WHAT TO DO :: When the line containing "#26=IFCINDEXEDPOLYGONALFACE((1,4,6,2));" appears in the data below, begin copying there and stop only after the line containing "#44=IFCINDEXEDPOLYGONALFACE((35,37,41,39));".

Dataset entries ::
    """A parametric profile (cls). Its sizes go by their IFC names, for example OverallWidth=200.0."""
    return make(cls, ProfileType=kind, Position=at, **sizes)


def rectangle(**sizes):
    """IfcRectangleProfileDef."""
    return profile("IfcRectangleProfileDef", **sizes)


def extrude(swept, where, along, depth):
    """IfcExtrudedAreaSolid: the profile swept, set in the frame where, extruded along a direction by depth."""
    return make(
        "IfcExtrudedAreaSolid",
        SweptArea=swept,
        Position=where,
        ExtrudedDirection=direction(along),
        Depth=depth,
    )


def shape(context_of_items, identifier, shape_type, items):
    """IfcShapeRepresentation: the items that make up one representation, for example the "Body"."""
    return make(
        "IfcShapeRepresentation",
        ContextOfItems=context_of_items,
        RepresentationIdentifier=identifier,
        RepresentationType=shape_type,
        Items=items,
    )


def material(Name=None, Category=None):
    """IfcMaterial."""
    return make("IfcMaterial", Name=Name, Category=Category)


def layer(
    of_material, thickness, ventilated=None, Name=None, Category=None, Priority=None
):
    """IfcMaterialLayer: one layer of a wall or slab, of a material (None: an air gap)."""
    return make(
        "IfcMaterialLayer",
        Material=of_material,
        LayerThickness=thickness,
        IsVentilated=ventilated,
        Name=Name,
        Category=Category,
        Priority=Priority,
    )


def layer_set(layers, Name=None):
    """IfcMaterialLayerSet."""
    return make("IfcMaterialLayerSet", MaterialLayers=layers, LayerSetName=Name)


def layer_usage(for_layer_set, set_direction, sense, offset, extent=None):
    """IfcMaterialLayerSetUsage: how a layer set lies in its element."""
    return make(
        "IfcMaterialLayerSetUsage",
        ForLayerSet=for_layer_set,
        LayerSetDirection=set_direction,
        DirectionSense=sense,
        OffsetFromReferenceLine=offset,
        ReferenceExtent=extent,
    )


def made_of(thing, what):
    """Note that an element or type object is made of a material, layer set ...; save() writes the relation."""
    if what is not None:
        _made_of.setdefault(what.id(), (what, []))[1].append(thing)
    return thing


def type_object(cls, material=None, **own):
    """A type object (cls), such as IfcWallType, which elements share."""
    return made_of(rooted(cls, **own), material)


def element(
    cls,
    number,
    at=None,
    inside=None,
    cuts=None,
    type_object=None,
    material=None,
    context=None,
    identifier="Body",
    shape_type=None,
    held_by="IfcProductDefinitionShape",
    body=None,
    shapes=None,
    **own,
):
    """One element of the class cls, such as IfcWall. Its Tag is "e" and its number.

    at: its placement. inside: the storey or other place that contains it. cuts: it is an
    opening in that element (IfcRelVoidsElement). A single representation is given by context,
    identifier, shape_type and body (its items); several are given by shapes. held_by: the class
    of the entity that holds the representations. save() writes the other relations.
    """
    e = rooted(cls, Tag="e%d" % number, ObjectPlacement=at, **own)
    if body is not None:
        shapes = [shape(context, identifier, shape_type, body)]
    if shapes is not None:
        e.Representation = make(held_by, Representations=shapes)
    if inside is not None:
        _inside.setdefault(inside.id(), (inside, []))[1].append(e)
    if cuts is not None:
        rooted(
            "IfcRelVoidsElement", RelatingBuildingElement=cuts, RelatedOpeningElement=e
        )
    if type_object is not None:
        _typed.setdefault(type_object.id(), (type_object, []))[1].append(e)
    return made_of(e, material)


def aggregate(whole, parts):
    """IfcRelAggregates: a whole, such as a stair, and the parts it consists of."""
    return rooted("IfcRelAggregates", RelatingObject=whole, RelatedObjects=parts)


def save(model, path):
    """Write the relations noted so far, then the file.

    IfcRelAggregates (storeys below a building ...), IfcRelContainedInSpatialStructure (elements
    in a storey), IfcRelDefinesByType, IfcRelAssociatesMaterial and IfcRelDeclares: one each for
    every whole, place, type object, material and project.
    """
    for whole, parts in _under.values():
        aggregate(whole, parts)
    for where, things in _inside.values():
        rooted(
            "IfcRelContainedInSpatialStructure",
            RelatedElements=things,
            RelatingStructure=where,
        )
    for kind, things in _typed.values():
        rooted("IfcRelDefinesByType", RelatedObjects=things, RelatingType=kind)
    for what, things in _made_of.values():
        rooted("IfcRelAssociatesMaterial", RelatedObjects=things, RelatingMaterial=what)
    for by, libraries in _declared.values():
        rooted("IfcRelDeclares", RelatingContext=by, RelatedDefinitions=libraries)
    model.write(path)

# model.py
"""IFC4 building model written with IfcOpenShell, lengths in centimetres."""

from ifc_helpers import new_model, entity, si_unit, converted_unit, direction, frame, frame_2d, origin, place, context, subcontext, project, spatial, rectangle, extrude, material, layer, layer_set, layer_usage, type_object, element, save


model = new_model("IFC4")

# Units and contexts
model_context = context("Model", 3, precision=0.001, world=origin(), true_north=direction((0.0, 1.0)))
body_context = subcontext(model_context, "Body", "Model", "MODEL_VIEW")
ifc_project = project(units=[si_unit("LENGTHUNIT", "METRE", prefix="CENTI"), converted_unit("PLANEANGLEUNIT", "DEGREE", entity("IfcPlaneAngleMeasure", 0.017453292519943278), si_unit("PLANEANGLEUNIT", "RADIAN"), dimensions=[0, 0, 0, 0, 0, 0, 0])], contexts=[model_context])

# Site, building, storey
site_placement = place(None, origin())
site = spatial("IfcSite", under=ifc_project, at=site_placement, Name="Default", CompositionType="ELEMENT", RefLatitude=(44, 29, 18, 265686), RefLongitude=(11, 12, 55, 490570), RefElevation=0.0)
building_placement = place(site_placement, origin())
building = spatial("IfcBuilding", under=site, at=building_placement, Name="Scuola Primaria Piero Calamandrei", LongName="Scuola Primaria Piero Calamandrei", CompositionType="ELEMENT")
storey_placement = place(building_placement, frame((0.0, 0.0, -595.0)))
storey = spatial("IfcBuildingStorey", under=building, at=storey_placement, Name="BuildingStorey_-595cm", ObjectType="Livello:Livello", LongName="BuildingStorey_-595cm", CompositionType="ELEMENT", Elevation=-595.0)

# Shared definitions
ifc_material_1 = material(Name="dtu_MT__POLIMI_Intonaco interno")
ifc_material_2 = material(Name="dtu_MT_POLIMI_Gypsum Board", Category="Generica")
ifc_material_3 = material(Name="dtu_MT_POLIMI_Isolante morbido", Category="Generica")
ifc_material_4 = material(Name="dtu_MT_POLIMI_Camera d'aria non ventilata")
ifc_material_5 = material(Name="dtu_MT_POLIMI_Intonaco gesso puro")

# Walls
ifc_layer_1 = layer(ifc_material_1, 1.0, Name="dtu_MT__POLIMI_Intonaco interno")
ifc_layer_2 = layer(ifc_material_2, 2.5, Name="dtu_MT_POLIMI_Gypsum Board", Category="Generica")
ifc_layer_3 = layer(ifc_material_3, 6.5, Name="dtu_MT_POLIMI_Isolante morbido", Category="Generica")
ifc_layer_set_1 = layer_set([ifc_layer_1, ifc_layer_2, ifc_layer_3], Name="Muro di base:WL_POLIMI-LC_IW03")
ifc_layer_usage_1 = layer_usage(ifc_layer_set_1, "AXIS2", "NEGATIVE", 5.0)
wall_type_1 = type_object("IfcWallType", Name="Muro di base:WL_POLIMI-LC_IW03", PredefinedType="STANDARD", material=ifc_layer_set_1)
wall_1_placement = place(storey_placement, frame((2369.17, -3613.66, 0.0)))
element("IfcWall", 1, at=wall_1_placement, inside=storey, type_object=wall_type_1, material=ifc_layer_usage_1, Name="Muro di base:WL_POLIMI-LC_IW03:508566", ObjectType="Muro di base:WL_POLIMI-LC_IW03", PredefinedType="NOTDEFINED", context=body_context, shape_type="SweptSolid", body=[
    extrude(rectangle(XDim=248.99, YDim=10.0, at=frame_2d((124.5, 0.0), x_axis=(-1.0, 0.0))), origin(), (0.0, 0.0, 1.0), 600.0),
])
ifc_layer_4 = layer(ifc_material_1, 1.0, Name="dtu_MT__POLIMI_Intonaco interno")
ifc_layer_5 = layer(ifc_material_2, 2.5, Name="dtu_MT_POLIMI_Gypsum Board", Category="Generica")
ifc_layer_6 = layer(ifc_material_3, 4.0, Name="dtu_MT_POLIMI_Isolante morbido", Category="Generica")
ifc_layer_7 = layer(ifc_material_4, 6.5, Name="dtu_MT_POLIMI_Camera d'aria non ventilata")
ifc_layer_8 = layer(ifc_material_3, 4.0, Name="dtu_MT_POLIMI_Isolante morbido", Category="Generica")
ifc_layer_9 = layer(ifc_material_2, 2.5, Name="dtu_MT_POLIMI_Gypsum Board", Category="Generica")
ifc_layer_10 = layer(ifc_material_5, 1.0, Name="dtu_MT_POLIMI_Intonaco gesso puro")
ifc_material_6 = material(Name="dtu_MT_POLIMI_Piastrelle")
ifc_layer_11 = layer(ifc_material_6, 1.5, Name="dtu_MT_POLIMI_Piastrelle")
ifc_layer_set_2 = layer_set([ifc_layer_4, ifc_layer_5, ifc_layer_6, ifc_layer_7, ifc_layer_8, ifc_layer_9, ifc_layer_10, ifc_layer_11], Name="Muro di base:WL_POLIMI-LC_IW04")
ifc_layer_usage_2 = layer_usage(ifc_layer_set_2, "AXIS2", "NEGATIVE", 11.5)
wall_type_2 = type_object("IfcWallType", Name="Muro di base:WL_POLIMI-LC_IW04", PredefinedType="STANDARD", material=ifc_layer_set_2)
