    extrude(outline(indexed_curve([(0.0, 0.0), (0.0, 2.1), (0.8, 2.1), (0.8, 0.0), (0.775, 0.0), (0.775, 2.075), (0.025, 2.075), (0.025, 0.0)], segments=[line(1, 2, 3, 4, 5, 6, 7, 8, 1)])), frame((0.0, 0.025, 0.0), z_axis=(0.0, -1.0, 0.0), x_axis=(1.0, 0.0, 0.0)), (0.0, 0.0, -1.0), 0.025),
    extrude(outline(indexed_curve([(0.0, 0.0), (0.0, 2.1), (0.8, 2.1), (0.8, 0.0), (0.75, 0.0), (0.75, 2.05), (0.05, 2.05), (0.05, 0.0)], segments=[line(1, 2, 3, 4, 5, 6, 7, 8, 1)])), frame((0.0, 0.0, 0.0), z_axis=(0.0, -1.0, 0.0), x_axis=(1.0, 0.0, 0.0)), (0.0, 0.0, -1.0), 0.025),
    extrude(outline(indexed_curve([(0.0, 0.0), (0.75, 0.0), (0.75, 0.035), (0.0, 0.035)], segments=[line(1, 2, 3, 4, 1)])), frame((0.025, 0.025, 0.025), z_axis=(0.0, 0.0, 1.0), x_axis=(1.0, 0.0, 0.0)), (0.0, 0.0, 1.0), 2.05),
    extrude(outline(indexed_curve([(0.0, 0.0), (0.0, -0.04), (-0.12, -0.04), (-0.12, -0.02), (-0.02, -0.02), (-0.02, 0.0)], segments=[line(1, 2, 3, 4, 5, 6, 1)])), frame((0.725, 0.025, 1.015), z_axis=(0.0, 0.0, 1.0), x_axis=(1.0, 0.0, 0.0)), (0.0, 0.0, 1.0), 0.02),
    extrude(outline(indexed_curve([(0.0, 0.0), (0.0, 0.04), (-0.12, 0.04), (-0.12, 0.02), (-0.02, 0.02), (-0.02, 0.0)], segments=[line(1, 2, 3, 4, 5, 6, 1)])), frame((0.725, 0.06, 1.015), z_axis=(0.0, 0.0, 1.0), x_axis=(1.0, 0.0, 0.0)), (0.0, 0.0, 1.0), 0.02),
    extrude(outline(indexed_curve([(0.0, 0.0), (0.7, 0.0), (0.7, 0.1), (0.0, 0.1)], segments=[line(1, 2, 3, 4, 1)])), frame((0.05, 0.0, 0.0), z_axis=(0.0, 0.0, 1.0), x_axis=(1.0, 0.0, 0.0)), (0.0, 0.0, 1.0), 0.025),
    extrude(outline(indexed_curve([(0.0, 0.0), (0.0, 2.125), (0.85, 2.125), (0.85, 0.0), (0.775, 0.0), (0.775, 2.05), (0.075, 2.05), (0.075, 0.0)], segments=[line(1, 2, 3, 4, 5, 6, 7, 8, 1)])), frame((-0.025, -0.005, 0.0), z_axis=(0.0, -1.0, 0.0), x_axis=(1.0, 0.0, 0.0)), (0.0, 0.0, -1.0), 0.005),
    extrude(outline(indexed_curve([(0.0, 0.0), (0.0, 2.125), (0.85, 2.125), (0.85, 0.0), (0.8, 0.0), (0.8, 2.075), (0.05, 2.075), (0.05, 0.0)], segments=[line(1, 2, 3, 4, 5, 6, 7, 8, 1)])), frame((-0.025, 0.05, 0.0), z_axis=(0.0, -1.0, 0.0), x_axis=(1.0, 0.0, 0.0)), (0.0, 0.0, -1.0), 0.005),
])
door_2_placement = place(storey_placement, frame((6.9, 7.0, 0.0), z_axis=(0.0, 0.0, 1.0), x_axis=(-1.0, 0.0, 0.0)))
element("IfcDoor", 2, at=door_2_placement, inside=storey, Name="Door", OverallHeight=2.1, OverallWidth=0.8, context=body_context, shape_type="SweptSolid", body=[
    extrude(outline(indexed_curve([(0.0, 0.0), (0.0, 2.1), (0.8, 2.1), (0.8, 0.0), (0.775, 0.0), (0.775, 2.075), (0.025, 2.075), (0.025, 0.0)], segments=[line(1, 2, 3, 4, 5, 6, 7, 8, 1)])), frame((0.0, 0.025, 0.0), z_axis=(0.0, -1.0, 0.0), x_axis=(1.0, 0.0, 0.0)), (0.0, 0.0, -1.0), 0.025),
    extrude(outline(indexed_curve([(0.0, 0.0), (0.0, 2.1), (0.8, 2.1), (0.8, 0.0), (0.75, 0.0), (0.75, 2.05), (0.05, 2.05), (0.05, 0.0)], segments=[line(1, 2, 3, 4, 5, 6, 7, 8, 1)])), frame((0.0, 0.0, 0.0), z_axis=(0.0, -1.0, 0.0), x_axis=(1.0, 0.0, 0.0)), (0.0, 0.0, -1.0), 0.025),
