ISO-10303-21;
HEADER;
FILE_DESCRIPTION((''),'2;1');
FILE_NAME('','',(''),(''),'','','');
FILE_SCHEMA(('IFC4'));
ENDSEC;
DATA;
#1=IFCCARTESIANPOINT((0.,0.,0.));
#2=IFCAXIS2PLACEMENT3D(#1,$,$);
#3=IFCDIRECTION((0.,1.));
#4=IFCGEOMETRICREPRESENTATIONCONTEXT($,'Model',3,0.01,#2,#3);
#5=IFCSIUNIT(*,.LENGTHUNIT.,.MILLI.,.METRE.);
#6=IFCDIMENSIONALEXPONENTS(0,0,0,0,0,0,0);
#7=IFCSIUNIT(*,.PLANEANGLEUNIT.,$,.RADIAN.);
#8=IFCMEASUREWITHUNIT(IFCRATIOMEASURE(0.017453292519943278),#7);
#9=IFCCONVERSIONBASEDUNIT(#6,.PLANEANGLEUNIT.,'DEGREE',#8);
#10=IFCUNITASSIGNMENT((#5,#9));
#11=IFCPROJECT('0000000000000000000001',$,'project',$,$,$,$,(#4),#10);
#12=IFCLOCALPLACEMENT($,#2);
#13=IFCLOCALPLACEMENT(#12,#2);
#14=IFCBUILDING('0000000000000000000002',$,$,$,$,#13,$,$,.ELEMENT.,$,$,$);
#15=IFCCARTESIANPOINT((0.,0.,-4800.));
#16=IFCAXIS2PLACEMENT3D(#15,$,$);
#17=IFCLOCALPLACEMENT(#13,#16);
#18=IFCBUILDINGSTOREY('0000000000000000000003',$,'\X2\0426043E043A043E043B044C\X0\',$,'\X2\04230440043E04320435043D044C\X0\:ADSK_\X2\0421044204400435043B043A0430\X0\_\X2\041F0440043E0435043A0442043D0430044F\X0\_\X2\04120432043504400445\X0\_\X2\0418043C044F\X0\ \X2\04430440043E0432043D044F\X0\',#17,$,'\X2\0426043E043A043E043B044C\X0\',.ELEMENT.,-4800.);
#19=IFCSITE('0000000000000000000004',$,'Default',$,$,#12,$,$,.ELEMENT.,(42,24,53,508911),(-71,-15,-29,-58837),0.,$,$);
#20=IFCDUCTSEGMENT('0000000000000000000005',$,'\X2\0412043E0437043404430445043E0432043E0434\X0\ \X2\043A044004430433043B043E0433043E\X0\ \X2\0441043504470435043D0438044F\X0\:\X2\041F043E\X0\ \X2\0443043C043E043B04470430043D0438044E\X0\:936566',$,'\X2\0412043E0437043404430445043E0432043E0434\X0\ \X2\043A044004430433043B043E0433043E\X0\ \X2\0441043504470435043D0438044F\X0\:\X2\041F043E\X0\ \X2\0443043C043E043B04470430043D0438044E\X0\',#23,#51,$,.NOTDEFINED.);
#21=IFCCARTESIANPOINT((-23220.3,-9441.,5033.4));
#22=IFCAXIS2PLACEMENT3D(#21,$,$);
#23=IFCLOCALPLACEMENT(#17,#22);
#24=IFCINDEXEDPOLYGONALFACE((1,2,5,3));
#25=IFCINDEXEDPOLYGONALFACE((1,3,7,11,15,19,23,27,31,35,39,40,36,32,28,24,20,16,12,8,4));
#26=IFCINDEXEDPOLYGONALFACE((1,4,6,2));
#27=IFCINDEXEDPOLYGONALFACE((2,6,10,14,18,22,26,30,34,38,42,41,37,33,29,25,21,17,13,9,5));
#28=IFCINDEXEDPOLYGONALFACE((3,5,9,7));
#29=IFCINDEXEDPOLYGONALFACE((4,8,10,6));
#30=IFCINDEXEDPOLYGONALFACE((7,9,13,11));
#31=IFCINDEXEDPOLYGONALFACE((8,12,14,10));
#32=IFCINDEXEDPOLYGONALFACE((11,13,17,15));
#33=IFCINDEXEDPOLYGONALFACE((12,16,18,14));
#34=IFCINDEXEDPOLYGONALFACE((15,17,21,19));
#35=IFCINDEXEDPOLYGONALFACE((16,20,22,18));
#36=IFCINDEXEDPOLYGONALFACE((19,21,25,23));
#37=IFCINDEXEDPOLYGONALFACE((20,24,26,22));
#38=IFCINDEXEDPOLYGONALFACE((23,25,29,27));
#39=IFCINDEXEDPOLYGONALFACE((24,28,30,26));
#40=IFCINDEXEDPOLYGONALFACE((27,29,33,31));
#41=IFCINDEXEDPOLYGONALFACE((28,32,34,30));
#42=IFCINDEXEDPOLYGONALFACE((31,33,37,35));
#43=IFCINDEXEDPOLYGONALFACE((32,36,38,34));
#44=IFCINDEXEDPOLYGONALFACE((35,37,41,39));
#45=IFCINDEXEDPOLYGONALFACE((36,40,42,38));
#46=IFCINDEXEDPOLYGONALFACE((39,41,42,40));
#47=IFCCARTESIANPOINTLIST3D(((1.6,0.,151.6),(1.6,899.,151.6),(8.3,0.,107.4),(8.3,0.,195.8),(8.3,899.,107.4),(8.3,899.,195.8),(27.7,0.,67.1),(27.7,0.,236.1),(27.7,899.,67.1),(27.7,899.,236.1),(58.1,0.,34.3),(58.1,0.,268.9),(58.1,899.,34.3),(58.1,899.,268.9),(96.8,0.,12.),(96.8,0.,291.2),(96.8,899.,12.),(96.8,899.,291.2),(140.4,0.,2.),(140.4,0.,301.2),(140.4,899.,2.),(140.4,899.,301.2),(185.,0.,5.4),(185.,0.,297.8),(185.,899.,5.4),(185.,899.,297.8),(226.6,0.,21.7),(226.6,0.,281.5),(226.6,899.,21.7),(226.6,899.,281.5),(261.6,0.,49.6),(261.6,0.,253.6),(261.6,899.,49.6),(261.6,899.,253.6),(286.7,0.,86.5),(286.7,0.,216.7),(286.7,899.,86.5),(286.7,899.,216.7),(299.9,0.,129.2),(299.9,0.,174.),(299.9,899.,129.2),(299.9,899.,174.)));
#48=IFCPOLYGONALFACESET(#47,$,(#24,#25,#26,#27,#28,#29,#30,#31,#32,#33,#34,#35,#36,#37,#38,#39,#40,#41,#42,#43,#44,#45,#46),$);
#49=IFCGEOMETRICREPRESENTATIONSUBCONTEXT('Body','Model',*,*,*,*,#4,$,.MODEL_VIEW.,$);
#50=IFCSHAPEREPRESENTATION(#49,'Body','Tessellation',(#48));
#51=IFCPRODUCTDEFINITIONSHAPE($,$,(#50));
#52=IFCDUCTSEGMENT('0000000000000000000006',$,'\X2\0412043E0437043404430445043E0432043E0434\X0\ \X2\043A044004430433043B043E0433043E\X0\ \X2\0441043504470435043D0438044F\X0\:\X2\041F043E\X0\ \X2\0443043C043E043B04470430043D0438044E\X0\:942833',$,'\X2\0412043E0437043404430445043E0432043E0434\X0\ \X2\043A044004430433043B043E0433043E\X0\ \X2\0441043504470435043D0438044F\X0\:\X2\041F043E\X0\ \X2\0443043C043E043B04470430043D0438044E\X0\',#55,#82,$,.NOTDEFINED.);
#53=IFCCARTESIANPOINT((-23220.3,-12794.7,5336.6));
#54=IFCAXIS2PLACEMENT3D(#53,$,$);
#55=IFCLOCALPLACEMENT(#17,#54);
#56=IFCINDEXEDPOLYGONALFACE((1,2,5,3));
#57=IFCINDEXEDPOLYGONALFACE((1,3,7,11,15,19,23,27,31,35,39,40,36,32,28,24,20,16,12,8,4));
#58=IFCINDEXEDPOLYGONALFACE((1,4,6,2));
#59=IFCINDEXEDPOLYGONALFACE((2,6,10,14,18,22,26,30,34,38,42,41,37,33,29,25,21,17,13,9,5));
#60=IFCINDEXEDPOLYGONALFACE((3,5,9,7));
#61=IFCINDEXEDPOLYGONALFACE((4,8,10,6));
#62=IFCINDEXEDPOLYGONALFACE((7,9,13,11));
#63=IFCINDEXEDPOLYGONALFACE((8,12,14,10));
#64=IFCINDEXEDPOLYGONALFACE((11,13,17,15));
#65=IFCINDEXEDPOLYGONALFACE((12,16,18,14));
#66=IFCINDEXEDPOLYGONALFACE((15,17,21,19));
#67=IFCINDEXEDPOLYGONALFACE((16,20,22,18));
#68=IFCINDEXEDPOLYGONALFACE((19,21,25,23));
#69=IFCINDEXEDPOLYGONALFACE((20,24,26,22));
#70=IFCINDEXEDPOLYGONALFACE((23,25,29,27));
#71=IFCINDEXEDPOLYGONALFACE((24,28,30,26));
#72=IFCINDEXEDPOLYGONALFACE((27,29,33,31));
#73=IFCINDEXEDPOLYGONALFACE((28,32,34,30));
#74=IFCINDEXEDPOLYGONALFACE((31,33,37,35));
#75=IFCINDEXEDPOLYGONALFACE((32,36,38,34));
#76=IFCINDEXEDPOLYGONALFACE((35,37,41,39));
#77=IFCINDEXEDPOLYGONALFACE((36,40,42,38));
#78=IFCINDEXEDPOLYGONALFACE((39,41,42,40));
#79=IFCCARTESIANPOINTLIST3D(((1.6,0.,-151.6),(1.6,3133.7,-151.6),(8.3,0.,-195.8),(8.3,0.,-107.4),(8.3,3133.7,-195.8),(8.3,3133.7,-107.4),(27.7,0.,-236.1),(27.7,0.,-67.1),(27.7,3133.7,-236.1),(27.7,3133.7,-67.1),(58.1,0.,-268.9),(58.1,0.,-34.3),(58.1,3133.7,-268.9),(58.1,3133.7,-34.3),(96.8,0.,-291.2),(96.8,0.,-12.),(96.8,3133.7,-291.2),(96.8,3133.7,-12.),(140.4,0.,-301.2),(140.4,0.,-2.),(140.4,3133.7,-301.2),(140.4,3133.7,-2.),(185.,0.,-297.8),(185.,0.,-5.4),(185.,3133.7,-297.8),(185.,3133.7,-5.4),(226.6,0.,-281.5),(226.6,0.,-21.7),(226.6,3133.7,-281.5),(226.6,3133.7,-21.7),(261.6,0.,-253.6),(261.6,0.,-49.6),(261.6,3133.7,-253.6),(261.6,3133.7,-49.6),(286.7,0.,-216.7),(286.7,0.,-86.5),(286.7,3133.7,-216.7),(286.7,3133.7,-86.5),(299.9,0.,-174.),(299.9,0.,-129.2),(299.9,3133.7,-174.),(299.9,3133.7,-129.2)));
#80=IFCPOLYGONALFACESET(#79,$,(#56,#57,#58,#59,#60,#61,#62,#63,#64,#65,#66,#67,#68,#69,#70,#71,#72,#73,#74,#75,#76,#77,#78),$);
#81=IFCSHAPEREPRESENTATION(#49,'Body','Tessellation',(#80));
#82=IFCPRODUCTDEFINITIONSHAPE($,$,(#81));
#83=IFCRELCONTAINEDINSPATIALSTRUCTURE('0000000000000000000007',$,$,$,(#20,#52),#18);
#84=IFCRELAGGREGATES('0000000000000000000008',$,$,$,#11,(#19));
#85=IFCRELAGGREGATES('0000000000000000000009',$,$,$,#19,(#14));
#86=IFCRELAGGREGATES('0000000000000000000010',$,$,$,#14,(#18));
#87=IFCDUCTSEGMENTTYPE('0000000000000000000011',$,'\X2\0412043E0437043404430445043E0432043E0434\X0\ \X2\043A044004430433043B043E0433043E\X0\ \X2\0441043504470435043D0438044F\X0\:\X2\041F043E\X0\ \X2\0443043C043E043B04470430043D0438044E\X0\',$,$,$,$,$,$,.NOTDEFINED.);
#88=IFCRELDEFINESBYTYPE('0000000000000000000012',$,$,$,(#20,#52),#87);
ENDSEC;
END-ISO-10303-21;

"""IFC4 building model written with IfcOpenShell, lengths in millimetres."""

from ifc_helpers import new_model, entity, si_unit, converted_unit, direction, frame, frame_2d, origin, place, context, subcontext, project, spatial, circle, extrude, type_object, element, save


model = new_model("IFC4")

# Units and contexts
model_context = context("Model", 3, precision=0.01, world=origin(), true_north=direction((0.0, 1.0)))
body_context = subcontext(model_context, "Body", "Model", "MODEL_VIEW")
ifc_project = project(units=[si_unit("LENGTHUNIT", "METRE", prefix="MILLI"), converted_unit("PLANEANGLEUNIT", "DEGREE", entity("IfcRatioMeasure", 0.017453292519943278), si_unit("PLANEANGLEUNIT", "RADIAN"), dimensions=[0, 0, 0, 0, 0, 0, 0])], contexts=[model_context])

# Site, building, storey
site_placement = place(None, origin())
site = spatial("IfcSite", under=ifc_project, at=site_placement, Name="Default", CompositionType="ELEMENT", RefLatitude=(42, 24, 53, 508911), RefLongitude=(-71, -15, -29, -58837), RefElevation=0.0)
building_placement = place(site_placement, origin())
building = spatial("IfcBuilding", under=site, at=building_placement, CompositionType="ELEMENT")
storey_placement = place(building_placement, frame((0.0, 0.0, -4800.0)))
storey = spatial("IfcBuildingStorey", under=building, at=storey_placement, Name="Цоколь", ObjectType="Уровень:ADSK_Стрелка_Проектная_Вверх_Имя уровня", LongName="Цоколь", CompositionType="ELEMENT", Elevation=-4800.0)

# Duct segments
duct_segment_type = type_object("IfcDuctSegmentType", Name="Воздуховод круглого сечения:По умолчанию", PredefinedType="NOTDEFINED")
duct_segment_1_placement = place(storey_placement, frame((-23220.3, -9441.0, 5033.4)))
element("IfcDuctSegment", 1, at=duct_segment_1_placement, inside=storey, type_object=duct_segment_type, Name="Воздуховод круглого сечения:По умолчанию:936566", ObjectType="Воздуховод круглого сечения:По умолчанию", PredefinedType="NOTDEFINED", context=body_context, shape_type="SweptSolid", body=[
    extrude(circle(Radius=150.0, at=frame_2d((0.0, 0.0), x_axis=(1.0, 0.0))), frame((151.6, 0.0, 151.6), z_axis=(0.0, 1.0, 0.0), x_axis=(-1.0, 0.0, 0.0)), (0.0, 0.0, 1.0), 899.0),
])
duct_segment_2_placement = place(storey_placement, frame((-23220.3, -12794.7, 5336.6)))
element("IfcDuctSegment", 2, at=duct_segment_2_placement, inside=storey, type_object=duct_segment_type, Name="Воздуховод круглого сечения:По умолчанию:942833", ObjectType="Воздуховод круглого сечения:По умолчанию", PredefinedType="NOTDEFINED", context=body_context, shape_type="SweptSolid", body=[
    extrude(circle(Radius=150.0, at=frame_2d((0.0, 0.0), x_axis=(1.0, 0.0))), frame((151.6, 0.0, -151.6), z_axis=(0.0, 1.0, 0.0), x_axis=(-1.0, 0.0, 0.0)), (0.0, 0.0, 1.0), 3133.7),
])

save(model, "model.ifc")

YOUR SOLUTION ::
#26=IFCINDEXEDPOLYGONALFACE((1,4,6,2));
#27=IFCINDEXEDPOLYGONALFACE((2,6,10,14,18,22,26,30,34,38,42,41,37,33,29,25,21,17,13,9,5));
#28=IFCINDEXEDPOLYGONALFACE((3,5,9,7));
#29=IFCINDEXEDPOLYGONALFACE((4,8,10,6));
#30=IFCINDEXEDPOLYGONALFACE((7,9,13,11));
#31=IFCINDEXEDPOLYGONALFACE((8,12,14,10));
#32=IFCINDEXEDPOLYGONALFACE((11,13,17,15));
#33=IFCINDEXEDPOLYGONALFACE((12,16,18,14));
#34=IFCINDEXEDPOLYGONALFACE((15,17,21,19));
#35=IFCINDEXEDPOLYGONALFACE((16,20,22,18));
#36=IFCINDEXEDPOLYGONALFACE((19,21,25,23));
#37=IFCINDEXEDPOLYGONALFACE((20,24,26,22));
#38=IFCINDEXEDPOLYGONALFACE((23,25,29,27));
#39=IFCINDEXEDPOLYGONALFACE((24,28,30,26));
#40=IFCINDEXEDPOLYGONALFACE((27,29,33,31));
#41=IFCINDEXEDPOLYGONALFACE((28,32,34,30));
#42=IFCINDEXEDPOLYGONALFACE((31,33,37,35));
#43=IFCINDEXEDPOLYGONALFACE((32,36,38,34));
#44=IFCINDEXEDPOLYGONALFACE((35,37,41,39));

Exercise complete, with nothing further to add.